A New York Times columnist writing in the digital magazine The Root declared “whiteness” a “pandemic” and said the “only way to stop it” is to “kill it.”
“Whiteness is a public health crisis,” said New York Times columnist Damon Young in an op-ed. “It shortens life expediencies, it pollutes air, it constricts equilibrium, it devastates forests, it melts ice caps, it sparks (and funds) wars, it flattens dialects, it infests consciousnesses, and it kills people—white people and people who are not white, my mom included. There will be people who die, in 2050, because of white supremacy-induced decisions from 1850.”
Young, who is listed on the New York Times website as a “contributing opinion writer,” wrote the op-ed in response to shootings in Georgia on Wednesday that killed eight people at Atlanta-area massage parlors. Six of the eight victims were Asian, prompting some to immediately speculate that the killings were a hate crime.

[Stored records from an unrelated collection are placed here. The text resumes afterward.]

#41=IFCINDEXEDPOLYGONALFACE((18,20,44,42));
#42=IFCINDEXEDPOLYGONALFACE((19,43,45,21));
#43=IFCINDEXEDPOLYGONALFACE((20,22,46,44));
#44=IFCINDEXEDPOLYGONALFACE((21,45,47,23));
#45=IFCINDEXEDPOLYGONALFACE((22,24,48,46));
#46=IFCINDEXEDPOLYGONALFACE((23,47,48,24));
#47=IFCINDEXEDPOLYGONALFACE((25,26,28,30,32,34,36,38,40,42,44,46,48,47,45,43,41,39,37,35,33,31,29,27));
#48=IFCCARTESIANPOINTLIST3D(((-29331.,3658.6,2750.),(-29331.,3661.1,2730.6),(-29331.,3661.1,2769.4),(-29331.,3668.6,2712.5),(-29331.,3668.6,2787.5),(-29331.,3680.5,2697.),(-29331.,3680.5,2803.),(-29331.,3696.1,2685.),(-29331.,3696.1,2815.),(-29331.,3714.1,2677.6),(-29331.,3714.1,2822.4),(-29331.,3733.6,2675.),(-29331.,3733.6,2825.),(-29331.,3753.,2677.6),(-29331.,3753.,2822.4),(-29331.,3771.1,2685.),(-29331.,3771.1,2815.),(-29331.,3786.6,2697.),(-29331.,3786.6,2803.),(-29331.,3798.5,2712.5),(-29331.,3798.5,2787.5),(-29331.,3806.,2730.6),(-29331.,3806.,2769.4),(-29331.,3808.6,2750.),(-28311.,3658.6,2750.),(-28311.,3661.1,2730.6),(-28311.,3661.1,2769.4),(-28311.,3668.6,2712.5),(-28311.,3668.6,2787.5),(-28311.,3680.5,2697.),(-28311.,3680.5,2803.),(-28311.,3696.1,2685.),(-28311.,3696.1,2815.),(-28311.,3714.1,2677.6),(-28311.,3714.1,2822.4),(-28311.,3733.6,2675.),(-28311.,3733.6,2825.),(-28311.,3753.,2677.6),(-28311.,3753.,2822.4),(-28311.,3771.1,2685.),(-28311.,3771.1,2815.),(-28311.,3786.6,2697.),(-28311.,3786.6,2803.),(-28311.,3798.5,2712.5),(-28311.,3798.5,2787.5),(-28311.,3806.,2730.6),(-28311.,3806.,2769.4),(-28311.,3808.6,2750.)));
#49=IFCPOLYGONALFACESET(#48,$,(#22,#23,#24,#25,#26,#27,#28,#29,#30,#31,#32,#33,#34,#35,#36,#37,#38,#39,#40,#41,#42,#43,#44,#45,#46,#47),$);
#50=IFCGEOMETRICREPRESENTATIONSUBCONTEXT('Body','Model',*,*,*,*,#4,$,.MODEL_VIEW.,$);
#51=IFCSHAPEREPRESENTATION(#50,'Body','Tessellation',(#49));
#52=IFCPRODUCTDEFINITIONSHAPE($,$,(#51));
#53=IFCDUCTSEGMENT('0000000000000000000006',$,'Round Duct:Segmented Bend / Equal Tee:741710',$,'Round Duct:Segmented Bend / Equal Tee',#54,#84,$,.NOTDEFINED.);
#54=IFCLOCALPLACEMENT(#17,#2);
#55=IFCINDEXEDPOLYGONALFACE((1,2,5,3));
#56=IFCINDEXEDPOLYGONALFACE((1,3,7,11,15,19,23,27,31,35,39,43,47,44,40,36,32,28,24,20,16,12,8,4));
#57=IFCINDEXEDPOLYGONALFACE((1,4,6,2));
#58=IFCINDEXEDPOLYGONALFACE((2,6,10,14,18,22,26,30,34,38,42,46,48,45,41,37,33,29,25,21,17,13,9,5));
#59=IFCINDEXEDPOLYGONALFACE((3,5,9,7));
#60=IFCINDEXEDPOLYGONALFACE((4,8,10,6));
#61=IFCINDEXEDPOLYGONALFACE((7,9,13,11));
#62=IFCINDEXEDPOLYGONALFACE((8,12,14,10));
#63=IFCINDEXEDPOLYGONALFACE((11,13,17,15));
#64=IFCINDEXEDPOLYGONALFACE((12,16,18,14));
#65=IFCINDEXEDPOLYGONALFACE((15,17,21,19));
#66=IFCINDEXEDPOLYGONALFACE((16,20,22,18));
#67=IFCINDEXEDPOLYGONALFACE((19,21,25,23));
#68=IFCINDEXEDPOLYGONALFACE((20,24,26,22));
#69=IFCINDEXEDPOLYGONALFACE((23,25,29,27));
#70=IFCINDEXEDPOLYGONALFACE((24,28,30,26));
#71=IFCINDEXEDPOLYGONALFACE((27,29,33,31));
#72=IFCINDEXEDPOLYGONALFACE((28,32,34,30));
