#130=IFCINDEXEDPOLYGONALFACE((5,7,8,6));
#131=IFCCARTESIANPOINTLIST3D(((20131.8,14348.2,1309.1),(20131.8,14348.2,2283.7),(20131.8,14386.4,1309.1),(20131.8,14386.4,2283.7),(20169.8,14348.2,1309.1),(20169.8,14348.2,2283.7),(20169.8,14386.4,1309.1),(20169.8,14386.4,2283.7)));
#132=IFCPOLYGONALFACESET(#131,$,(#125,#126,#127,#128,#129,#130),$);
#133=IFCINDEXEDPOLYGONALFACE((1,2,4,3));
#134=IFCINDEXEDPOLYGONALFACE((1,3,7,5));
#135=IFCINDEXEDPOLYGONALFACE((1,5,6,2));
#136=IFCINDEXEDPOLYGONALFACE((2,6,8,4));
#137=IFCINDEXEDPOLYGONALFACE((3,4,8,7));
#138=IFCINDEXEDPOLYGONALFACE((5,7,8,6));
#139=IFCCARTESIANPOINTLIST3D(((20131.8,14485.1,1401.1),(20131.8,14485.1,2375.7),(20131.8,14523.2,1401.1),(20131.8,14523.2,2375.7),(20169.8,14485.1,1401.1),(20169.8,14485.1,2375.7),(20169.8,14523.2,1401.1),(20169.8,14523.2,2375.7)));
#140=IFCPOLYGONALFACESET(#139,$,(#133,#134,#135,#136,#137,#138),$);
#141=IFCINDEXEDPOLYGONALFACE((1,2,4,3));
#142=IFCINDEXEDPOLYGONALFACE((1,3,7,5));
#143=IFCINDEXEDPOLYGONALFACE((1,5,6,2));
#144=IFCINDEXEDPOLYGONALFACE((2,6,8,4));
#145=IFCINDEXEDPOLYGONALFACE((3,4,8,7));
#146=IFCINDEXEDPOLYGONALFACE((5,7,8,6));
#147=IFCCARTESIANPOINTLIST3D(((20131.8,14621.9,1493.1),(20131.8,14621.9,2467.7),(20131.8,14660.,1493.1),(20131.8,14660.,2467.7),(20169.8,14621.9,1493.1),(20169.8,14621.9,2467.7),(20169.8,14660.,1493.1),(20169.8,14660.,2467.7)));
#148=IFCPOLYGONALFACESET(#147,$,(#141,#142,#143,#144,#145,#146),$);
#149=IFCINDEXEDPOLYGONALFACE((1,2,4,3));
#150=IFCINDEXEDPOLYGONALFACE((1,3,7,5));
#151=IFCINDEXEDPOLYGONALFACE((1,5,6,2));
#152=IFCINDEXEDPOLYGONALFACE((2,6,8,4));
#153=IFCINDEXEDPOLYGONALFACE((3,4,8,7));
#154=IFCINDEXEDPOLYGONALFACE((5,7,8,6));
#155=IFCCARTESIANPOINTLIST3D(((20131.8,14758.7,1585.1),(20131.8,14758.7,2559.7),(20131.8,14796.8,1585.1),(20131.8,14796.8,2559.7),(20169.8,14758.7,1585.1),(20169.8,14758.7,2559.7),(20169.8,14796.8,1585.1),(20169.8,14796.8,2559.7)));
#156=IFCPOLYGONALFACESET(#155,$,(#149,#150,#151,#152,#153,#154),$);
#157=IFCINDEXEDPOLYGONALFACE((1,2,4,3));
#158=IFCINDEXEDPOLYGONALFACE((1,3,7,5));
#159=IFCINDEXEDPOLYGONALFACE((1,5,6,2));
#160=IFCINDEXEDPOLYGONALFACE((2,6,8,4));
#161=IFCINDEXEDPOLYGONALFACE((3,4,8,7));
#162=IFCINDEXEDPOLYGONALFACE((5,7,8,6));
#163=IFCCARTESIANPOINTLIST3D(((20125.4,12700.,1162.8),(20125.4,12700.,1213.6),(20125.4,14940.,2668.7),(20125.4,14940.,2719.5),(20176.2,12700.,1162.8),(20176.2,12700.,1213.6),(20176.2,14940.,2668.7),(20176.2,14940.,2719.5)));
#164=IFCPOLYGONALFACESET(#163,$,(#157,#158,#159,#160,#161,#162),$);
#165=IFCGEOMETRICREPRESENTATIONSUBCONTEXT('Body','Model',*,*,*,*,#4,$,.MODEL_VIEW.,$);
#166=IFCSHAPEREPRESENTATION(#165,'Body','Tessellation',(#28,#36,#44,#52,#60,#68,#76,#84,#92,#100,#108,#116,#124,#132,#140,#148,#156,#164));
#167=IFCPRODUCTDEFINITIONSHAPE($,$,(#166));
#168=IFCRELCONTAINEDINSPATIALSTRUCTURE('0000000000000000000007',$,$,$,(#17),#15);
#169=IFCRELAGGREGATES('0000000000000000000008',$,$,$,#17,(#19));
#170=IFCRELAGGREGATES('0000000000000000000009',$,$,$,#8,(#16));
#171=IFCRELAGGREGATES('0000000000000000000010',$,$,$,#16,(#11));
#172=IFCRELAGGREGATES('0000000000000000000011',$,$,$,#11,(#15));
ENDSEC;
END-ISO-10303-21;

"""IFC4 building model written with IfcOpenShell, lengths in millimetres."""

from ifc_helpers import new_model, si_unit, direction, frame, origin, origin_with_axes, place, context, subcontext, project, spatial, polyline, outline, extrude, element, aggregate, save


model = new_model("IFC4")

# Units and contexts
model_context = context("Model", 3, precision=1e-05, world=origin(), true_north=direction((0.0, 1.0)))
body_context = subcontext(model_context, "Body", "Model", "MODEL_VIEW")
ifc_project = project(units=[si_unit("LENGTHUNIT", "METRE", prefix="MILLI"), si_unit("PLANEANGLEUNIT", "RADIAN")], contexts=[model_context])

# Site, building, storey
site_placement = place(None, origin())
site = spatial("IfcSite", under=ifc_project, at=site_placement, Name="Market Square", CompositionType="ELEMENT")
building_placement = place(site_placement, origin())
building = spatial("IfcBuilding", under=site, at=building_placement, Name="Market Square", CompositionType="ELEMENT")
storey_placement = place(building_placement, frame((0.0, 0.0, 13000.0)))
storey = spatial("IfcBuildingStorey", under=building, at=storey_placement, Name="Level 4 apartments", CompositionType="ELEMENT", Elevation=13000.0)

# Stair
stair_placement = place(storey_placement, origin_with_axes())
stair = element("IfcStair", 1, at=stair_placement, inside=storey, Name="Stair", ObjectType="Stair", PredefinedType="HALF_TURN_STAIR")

But investigators said that the gunman, 21-year-old Robert Long, appeared to be motivated by “sexual addiction” and said that the slayings were not “racially motivated.”
“White supremacy is a virus that, like other viruses, will not die until there are no bodies left for it to infect,” Young Continued. “Which means the only way to stop it is to locate it, isolate it, extract it, and kill it. I guess a vaccine could work, too. But we’ve had 400 years to develop one, so I won’t hold my breath.”
Young argued that “a line can and should be drawn from the actions of the white supremacist” in Georgia “to the relentless anti-Asian rhetoric pollinating national discourse over the past year,” which he blamed on former President Donald Trump, who he claimed, “Can and should be blamed for this and the sudden increase of racist violence against Asian Americans.”
“It extends back 400 years and has tentacles clawing everywhere white supremacy exists here, in America, which is everywhere,” Young said, citing the 2018 Tree of Life synagogue and the 2015 Emanuel African Methodist Episcopal Church shootings.
Young also pointed to what he argued are examples of everyday racism.
“But also to gentrification, to red-lining, to racial profiling, to gerrymandering, to voter oppression, to mass incarceration, to the war on drugs, to the subprime mortgage crisis, to the vast disparities in both COVID deaths and who receives COVID vaccinations, to how the men and women who stormed the Capitol just went home and had dinner with their families afterward,” Young said.
In 2018, the New York Times editorial board hired Sarah Jeong, despite her history of anti-white tweets, saying she was justified because she was responding to “online harassment” when she wrote “Dumbass f—ing white people marking up the internet with their opinions like dogs pissing on fire hydrants” and, “Are white people genetically predisposed to burn faster in the sun, thus logically being only fit to live underground like groveling goblins.”
Jeong left the board in 2019 and is now a contracted contributor for the New York Times.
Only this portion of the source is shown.